> **Exercise**
For this exercise, print all of the entries exactly as given.

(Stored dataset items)
━━━━━━━━━━━━━━━━━━━━
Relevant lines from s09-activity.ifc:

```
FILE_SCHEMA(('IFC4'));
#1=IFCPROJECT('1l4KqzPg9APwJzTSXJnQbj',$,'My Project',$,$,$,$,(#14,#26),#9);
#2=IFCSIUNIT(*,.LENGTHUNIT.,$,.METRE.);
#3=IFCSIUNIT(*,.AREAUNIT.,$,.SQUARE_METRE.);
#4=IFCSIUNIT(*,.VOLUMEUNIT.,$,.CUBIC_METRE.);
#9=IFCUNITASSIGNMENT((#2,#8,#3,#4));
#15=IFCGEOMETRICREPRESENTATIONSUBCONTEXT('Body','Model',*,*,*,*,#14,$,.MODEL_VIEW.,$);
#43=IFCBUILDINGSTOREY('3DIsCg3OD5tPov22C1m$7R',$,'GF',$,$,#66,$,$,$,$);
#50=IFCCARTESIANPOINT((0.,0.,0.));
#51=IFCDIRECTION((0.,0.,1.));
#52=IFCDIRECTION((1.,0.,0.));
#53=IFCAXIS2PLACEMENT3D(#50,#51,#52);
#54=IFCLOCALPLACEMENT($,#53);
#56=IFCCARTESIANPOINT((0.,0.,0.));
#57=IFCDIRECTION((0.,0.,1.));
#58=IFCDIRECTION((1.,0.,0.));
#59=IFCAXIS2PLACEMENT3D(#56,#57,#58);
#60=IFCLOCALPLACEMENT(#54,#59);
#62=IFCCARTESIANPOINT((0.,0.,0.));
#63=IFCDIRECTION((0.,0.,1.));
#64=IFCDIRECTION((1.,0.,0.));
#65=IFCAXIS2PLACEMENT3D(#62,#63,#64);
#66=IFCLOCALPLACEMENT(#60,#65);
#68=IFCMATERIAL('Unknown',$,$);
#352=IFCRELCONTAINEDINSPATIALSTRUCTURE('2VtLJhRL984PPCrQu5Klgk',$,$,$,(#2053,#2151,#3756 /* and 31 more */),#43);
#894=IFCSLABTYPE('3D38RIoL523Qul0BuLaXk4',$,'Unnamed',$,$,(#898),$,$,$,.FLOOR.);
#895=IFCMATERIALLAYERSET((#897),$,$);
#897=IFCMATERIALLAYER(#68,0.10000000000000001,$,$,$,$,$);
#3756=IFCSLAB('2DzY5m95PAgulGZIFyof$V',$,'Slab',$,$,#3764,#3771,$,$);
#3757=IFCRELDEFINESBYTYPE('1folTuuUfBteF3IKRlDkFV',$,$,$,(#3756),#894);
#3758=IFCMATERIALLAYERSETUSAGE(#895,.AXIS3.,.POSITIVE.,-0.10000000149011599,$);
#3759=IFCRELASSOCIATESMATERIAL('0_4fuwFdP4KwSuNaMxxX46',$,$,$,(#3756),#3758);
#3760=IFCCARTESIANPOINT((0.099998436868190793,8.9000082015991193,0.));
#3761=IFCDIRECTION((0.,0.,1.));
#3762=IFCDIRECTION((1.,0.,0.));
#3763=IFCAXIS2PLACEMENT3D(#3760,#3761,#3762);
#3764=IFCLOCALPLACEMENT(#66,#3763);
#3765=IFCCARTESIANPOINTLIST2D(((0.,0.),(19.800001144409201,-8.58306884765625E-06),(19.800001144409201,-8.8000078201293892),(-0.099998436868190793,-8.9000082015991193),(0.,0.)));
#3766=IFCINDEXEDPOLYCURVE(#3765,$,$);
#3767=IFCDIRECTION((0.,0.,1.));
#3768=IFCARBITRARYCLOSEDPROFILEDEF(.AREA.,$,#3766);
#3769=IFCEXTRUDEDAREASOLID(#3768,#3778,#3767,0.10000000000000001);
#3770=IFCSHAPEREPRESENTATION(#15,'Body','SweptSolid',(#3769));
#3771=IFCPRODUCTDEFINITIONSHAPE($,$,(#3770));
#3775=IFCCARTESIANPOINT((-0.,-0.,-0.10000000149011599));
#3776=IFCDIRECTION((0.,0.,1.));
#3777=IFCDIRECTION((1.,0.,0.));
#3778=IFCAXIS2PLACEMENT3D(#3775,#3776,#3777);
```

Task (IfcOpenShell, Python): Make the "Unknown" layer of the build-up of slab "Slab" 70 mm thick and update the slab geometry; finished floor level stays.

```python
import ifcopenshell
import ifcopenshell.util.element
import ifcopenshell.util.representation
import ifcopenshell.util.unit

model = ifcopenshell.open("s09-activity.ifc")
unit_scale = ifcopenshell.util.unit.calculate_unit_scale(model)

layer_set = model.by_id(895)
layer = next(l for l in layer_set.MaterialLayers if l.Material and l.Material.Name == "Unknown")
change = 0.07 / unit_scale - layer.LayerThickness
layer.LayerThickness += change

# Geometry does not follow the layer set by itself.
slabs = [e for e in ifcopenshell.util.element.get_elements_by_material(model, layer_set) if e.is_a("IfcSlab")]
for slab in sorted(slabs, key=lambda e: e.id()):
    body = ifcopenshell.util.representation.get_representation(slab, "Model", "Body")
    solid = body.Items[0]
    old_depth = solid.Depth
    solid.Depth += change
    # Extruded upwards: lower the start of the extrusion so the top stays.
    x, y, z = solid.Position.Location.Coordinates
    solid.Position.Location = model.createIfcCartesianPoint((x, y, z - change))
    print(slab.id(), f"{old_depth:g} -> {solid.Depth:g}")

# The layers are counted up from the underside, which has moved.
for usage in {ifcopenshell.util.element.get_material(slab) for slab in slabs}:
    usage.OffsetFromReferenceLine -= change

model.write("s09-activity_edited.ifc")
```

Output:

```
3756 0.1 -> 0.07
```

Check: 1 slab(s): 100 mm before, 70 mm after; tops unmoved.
━━━━━━━━━━━━━━━━━━━━
> **Expected answer**
Relevant lines from s09-activity.ifc:

```
FILE_SCHEMA(('IFC4'));
#1=IFCPROJECT('1l4KqzPg9APwJzTSXJnQbj',$,'My Project',$,$,$,$,(#14,#26),#9);
#2=IFCSIUNIT(*,.LENGTHUNIT.,$,.METRE.);
#3=IFCSIUNIT(*,.AREAUNIT.,$,.SQUARE_METRE.);
#4=IFCSIUNIT(*,.VOLUMEUNIT.,$,.CUBIC_METRE.);
#9=IFCUNITASSIGNMENT((#2,#8,#3,#4));
#15=IFCGEOMETRICREPRESENTATIONSUBCONTEXT('Body','Model',*,*,*,*,#14,$,.MODEL_VIEW.,$);
#43=IFCBUILDINGSTOREY('3DIsCg3OD5tPov22C1m$7R',$,'GF',$,$,#66,$,$,$,$);
#50=IFCCARTESIANPOINT((0.,0.,0.));
#51=IFCDIRECTION((0.,0.,1.));
#52=IFCDIRECTION((1.,0.,0.));
#53=IFCAXIS2PLACEMENT3D(#50,#51,#52);
#54=IFCLOCALPLACEMENT($,#53);
#56=IFCCARTESIANPOINT((0.,0.,0.));
#57=IFCDIRECTION((0.,0.,1.));
#58=IFCDIRECTION((1.,0.,0.));
#59=IFCAXIS2PLACEMENT3D(#56,#57,#58);
#60=IFCLOCALPLACEMENT(#54,#59);
#62=IFCCARTESIANPOINT((0.,0.,0.));
#63=IFCDIRECTION((0.,0.,1.));
#64=IFCDIRECTION((1.,0.,0.));
#65=IFCAXIS2PLACEMENT3D(#62,#63,#64);
#66=IFCLOCALPLACEMENT(#60,#65);
#68=IFCMATERIAL('Unknown',$,$);
#352=IFCRELCONTAINEDINSPATIALSTRUCTURE('2VtLJhRL984PPCrQu5Klgk',$,$,$,(#2053,#2151,#3756 /* and 31 more */),#43);
#894=IFCSLABTYPE('3D38RIoL523Qul0BuLaXk4',$,'Unnamed',$,$,(#898),$,$,$,.FLOOR.);
#895=IFCMATERIALLAYERSET((#897),$,$);
#897=IFCMATERIALLAYER(#68,0.10000000000000001,$,$,$,$,$);
#3756=IFCSLAB('2DzY5m95PAgulGZIFyof$V',$,'Slab',$,$,#3764,#3771,$,$);
#3757=IFCRELDEFINESBYTYPE('1folTuuUfBteF3IKRlDkFV',$,$,$,(#3756),#894);
#3758=IFCMATERIALLAYERSETUSAGE(#895,.AXIS3.,.POSITIVE.,-0.10000000149011599,$);
#3759=IFCRELASSOCIATESMATERIAL('0_4fuwFdP4KwSuNaMxxX46',$,$,$,(#3756),#3758);
#3760=IFCCARTESIANPOINT((0.099998436868190793,8.9000082015991193,0.));
#3761=IFCDIRECTION((0.,0.,1.));
#3762=IFCDIRECTION((1.,0.,0.));
#3763=IFCAXIS2PLACEMENT3D(#3760,#3761,#3762);
#3764=IFCLOCALPLACEMENT(#66,#3763);
#3765=IFCCARTESIANPOINTLIST2D(((0.,0.),(19.800001144409201,-8.58306884765625E-06),(19.800001144409201,-8.8000078201293892),(-0.099998436868190793,-8.9000082015991193),(0.,0.)));
#3766=IFCINDEXEDPOLYCURVE(#3765,$,$);
#3767=IFCDIRECTION((0.,0.,1.));
#3768=IFCARBITRARYCLOSEDPROFILEDEF(.AREA.,$,#3766);
#3769=IFCEXTRUDEDAREASOLID(#3768,#3778,#3767,0.10000000000000001);
#3770=IFCSHAPEREPRESENTATION(#15,'Body','SweptSolid',(#3769));
#3771=IFCPRODUCTDEFINITIONSHAPE($,$,(#3770));
#3775=IFCCARTESIANPOINT((-0.,-0.,-0.10000000149011599));
#3776=IFCDIRECTION((0.,0.,1.));
#3777=IFCDIRECTION((1.,0.,0.));
#3778=IFCAXIS2PLACEMENT3D(#3775,#3776,#3777);
```

Task (IfcOpenShell, Python): Make the "Unknown" layer of the build-up of slab "Slab" 70 mm thick and update the slab geometry; finished floor level stays.

```python
import ifcopenshell
import ifcopenshell.util.element
import ifcopenshell.util.representation
import ifcopenshell.util.unit

model = ifcopenshell.open("s09-activity.ifc")
unit_scale = ifcopenshell.util.unit.calculate_unit_scale(model)

layer_set = model.by_id(895)
layer = next(l for l in layer_set.MaterialLayers if l.Material and l.Material.Name == "Unknown")
change = 0.07 / unit_scale - layer.LayerThickness
layer.LayerThickness += change

# Geometry does not follow the layer set by itself.
slabs = [e for e in ifcopenshell.util.element.get_elements_by_material(model, layer_set) if e.is_a("IfcSlab")]
for slab in sorted(slabs, key=lambda e: e.id()):
    body = ifcopenshell.util.representation.get_representation(slab, "Model", "Body")
    solid = body.Items[0]
    old_depth = solid.Depth
    solid.Depth += change
    # Extruded upwards: lower the start of the extrusion so the top stays.
    x, y, z = solid.Position.Location.Coordinates
    solid.Position.Location = model.createIfcCartesianPoint((x, y, z - change))
    print(slab.id(), f"{old_depth:g} -> {solid.Depth:g}")

# The layers are counted up from the underside, which has moved.
for usage in {ifcopenshell.util.element.get_material(slab) for slab in slabs}:
    usage.OffsetFromReferenceLine -= change

model.write("s09-activity_edited.ifc")
```

Output:

```
3756 0.1 -> 0.07
```

Check: 1 slab(s): 100 mm before, 70 mm after; tops unmoved.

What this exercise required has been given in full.